Records shown START
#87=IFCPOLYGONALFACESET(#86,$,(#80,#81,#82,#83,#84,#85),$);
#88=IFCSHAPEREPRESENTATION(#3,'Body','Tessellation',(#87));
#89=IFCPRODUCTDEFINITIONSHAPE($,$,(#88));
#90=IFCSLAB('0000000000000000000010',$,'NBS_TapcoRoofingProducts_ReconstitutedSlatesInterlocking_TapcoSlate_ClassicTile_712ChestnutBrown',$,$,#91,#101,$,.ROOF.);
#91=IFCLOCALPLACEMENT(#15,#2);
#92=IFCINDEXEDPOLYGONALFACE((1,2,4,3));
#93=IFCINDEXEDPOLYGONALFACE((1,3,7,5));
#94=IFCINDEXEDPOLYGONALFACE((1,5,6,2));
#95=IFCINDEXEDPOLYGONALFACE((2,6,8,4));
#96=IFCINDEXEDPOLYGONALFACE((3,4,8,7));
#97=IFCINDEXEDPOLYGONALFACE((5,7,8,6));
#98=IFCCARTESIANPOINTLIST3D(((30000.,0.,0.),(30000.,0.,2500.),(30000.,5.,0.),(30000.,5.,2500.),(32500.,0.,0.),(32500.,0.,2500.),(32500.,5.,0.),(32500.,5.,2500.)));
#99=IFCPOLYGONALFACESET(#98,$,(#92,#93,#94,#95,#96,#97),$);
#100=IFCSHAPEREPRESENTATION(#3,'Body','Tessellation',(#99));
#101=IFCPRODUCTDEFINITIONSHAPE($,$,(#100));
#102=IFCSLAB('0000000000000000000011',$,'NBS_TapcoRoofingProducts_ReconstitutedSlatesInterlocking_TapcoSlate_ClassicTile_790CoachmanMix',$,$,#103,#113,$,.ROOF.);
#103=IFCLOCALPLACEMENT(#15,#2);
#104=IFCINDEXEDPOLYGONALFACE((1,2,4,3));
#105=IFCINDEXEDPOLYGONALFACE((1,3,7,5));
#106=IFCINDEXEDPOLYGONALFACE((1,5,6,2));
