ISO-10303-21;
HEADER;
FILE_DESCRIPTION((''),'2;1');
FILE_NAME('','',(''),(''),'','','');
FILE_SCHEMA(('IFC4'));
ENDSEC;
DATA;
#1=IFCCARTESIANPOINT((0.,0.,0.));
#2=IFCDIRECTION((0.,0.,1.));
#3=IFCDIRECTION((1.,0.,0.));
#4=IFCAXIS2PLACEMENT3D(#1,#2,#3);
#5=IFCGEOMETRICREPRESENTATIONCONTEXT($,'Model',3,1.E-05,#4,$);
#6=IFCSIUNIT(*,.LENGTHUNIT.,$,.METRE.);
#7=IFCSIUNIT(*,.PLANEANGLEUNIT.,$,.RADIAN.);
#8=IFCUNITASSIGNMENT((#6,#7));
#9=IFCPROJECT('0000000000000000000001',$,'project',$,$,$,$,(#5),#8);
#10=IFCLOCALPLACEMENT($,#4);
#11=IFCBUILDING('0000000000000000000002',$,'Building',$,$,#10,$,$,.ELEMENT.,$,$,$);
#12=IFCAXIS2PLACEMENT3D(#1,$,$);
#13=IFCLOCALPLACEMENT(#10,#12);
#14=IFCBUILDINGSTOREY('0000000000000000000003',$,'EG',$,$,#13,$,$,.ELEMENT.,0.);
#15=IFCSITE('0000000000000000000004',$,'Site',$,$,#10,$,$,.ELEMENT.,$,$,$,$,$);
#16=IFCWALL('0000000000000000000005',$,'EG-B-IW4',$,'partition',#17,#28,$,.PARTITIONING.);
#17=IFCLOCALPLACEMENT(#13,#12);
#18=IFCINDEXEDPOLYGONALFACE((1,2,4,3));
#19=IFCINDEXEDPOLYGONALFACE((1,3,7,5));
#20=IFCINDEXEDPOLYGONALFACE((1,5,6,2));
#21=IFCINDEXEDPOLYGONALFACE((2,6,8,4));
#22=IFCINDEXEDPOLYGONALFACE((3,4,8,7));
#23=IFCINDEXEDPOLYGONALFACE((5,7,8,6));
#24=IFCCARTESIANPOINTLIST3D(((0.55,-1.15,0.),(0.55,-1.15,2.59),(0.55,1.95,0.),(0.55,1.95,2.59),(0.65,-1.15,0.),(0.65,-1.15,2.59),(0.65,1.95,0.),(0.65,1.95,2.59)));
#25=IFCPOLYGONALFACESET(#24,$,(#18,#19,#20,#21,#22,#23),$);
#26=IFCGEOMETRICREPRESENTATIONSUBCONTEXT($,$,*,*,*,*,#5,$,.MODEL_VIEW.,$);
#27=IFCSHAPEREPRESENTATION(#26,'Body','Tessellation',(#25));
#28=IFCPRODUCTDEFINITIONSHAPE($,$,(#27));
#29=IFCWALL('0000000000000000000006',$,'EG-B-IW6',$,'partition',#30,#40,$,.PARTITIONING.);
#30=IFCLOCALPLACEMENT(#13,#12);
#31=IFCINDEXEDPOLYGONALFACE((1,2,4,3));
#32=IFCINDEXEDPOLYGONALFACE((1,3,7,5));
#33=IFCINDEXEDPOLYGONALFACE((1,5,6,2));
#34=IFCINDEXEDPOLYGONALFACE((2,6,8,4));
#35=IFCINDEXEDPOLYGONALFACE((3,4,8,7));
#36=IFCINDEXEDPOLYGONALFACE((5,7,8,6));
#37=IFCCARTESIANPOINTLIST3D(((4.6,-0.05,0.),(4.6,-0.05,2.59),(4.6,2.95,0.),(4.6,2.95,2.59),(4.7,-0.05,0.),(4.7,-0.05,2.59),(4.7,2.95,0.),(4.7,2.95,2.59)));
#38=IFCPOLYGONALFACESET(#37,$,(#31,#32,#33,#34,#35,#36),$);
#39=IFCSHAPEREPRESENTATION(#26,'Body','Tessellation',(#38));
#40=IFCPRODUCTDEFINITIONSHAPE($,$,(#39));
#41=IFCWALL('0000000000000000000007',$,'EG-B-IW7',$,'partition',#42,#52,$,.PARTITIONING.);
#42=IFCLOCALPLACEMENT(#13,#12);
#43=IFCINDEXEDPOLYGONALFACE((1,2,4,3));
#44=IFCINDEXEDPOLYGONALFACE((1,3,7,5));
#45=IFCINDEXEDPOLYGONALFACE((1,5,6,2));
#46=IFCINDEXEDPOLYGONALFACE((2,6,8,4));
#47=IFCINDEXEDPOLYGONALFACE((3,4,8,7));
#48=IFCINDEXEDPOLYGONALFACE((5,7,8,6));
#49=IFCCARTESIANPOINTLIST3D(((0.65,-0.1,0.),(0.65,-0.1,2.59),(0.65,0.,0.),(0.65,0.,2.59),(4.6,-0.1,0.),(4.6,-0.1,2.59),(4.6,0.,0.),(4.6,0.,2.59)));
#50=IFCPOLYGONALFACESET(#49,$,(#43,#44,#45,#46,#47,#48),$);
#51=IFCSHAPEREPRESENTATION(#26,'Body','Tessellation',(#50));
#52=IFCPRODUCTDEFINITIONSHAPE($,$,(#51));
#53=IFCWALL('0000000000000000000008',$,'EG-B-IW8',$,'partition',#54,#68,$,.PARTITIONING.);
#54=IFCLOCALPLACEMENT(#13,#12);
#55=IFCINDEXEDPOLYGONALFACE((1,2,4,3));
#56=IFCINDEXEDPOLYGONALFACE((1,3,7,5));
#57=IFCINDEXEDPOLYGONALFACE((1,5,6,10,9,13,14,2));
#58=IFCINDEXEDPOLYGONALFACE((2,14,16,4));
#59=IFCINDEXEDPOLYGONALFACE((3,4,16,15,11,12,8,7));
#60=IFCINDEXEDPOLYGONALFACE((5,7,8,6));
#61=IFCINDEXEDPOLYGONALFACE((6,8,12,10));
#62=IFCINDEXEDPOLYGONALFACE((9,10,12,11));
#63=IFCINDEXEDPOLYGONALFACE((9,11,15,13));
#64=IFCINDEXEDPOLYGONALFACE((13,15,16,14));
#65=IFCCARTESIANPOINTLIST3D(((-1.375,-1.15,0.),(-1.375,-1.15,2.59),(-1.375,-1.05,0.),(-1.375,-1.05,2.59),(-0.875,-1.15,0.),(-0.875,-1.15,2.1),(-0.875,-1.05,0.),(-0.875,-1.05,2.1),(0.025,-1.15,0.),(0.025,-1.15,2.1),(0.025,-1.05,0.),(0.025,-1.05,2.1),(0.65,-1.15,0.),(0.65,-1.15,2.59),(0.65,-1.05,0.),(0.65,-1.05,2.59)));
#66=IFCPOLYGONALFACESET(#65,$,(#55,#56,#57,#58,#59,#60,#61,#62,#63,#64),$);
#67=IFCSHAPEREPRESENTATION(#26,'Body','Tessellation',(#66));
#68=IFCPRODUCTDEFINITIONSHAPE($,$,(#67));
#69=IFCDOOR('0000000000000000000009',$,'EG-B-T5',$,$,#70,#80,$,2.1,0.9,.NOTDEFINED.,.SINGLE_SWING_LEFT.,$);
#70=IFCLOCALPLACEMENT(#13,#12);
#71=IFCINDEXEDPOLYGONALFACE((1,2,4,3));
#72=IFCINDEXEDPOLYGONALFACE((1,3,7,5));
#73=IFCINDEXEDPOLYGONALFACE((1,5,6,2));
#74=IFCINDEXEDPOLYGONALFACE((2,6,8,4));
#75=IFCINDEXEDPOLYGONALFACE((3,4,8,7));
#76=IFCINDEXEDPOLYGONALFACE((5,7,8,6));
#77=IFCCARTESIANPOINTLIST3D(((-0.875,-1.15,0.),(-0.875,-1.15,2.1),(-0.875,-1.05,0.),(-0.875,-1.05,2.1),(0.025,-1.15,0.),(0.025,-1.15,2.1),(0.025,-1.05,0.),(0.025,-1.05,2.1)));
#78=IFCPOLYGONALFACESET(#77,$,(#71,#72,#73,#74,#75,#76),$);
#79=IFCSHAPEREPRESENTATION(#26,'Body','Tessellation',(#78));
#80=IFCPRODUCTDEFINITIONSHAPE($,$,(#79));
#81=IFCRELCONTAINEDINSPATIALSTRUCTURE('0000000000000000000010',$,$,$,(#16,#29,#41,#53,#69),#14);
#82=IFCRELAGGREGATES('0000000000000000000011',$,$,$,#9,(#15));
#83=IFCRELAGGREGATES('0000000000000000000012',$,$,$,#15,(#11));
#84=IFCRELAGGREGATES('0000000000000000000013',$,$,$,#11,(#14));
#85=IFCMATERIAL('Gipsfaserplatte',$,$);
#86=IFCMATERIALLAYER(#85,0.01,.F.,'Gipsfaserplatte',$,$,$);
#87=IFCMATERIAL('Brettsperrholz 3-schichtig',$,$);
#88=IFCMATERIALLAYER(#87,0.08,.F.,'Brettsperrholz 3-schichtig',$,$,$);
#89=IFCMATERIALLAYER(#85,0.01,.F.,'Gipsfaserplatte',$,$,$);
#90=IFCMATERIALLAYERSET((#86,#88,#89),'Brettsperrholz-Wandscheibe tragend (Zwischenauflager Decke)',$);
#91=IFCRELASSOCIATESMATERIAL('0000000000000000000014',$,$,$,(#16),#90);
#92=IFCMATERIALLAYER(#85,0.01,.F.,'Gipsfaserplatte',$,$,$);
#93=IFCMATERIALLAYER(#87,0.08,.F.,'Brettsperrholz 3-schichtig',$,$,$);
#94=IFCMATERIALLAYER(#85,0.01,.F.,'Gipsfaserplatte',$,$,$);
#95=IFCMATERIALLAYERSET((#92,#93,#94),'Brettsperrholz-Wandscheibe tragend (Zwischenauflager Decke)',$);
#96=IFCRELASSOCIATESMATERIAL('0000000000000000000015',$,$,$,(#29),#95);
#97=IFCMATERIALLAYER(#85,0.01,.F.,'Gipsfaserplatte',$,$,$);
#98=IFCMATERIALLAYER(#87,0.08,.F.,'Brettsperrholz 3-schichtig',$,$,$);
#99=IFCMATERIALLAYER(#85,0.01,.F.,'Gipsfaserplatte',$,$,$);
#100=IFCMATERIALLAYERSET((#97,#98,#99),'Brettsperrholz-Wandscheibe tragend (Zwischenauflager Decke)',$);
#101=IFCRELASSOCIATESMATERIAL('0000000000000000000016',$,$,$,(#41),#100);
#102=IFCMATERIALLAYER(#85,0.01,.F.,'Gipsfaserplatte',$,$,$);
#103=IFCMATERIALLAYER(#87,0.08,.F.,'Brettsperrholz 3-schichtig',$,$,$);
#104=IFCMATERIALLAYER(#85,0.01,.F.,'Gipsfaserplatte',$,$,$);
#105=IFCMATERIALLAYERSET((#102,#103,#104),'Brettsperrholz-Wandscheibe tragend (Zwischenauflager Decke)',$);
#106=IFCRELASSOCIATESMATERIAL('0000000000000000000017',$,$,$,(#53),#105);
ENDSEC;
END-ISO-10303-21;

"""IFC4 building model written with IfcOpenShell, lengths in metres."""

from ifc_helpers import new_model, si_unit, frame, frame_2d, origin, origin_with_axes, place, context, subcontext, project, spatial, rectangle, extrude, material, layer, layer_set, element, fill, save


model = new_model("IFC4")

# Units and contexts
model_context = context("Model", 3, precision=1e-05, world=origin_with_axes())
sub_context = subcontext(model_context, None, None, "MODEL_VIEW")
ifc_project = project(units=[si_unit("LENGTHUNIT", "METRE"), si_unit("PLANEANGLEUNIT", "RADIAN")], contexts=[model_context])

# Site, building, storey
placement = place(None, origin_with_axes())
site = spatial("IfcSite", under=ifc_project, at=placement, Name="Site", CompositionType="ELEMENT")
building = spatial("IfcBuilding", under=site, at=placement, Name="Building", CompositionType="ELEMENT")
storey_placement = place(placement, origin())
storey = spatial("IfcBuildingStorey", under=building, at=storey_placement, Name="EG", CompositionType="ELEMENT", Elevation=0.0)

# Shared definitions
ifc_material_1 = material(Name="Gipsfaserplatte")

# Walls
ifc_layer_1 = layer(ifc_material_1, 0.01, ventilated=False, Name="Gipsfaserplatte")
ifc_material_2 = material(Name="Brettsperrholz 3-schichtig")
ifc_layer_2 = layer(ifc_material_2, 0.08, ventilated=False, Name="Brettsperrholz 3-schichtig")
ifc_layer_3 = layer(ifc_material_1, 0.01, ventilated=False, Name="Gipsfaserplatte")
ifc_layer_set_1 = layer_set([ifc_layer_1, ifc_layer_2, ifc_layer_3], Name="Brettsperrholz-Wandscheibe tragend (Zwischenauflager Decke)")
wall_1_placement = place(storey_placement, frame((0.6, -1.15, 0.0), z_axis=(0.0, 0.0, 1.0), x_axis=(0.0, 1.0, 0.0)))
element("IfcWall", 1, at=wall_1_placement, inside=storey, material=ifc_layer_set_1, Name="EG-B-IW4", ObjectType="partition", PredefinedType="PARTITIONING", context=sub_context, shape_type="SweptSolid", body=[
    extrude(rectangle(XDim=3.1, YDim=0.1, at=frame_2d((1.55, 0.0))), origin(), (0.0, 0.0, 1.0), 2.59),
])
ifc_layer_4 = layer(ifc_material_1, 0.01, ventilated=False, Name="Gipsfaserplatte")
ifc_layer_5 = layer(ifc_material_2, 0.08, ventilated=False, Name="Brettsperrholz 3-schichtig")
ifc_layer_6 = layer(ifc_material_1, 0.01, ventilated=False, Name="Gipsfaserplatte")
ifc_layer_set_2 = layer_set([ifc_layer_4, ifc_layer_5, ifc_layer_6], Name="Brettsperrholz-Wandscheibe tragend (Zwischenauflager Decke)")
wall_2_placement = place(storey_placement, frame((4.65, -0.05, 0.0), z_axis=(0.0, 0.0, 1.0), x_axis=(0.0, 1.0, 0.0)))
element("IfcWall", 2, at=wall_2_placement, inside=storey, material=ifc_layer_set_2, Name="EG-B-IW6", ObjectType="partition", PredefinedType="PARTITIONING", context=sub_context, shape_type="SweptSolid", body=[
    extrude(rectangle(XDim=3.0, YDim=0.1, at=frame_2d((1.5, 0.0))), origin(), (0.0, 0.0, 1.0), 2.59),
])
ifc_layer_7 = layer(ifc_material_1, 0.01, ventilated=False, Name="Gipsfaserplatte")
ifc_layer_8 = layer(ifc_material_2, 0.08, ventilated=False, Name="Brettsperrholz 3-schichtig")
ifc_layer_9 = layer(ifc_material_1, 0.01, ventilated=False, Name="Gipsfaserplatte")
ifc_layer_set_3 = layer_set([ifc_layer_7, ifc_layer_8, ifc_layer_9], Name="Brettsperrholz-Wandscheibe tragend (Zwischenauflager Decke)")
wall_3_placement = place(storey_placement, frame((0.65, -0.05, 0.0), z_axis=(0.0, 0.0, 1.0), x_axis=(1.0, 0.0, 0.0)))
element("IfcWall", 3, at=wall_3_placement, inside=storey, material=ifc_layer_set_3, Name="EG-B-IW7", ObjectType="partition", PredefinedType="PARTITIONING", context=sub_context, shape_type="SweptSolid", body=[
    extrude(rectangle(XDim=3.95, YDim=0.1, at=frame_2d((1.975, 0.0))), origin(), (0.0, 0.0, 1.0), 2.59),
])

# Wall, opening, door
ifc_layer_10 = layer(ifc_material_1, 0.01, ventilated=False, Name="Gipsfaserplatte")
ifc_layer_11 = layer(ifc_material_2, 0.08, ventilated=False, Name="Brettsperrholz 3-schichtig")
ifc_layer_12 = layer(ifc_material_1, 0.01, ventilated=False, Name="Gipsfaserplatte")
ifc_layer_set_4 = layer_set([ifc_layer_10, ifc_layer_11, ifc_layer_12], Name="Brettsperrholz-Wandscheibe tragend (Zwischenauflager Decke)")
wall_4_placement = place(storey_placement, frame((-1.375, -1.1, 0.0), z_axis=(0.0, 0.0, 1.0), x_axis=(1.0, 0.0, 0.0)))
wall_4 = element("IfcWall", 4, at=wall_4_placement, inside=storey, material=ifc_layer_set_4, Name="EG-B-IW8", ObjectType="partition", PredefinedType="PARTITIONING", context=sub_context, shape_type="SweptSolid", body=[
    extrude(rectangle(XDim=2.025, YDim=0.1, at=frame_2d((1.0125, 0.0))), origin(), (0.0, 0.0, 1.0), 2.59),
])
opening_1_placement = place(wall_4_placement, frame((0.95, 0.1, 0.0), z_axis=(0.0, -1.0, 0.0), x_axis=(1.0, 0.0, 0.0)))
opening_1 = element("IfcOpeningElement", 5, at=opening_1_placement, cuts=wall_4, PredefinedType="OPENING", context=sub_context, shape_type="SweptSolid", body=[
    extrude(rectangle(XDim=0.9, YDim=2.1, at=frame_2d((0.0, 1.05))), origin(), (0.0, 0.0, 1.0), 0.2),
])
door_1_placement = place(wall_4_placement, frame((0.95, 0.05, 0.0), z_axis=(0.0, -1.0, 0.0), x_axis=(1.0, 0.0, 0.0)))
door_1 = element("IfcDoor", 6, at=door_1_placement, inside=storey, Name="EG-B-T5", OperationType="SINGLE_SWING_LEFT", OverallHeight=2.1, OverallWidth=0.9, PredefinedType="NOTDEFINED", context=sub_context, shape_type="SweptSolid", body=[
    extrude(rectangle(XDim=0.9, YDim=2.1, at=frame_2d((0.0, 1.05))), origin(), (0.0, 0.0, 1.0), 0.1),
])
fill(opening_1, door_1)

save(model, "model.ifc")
Records shown END
*Problem to solve*:
Reproduce the lines above, beginning at the line with "#71=IFCINDEXEDPOLYGONALFACE((1,2,4,3));" and stopping after the line with "#84=IFCRELAGGREGATES('0000000000000000000013',$,$,$,#11,(#14));", exactly as they are.

*Written answer*:
#71=IFCINDEXEDPOLYGONALFACE((1,2,4,3));
#72=IFCINDEXEDPOLYGONALFACE((1,3,7,5));
#73=IFCINDEXEDPOLYGONALFACE((1,5,6,2));
#74=IFCINDEXEDPOLYGONALFACE((2,6,8,4));
#75=IFCINDEXEDPOLYGONALFACE((3,4,8,7));
#76=IFCINDEXEDPOLYGONALFACE((5,7,8,6));
#77=IFCCARTESIANPOINTLIST3D(((-0.875,-1.15,0.),(-0.875,-1.15,2.1),(-0.875,-1.05,0.),(-0.875,-1.05,2.1),(0.025,-1.15,0.),(0.025,-1.15,2.1),(0.025,-1.05,0.),(0.025,-1.05,2.1)));
#78=IFCPOLYGONALFACESET(#77,$,(#71,#72,#73,#74,#75,#76),$);
#79=IFCSHAPEREPRESENTATION(#26,'Body','Tessellation',(#78));
#80=IFCPRODUCTDEFINITIONSHAPE($,$,(#79));
#81=IFCRELCONTAINEDINSPATIALSTRUCTURE('0000000000000000000010',$,$,$,(#16,#29,#41,#53,#69),#14);
#82=IFCRELAGGREGATES('0000000000000000000011',$,$,$,#9,(#15));
#83=IFCRELAGGREGATES('0000000000000000000012',$,$,$,#15,(#11));
#84=IFCRELAGGREGATES('0000000000000000000013',$,$,$,#11,(#14));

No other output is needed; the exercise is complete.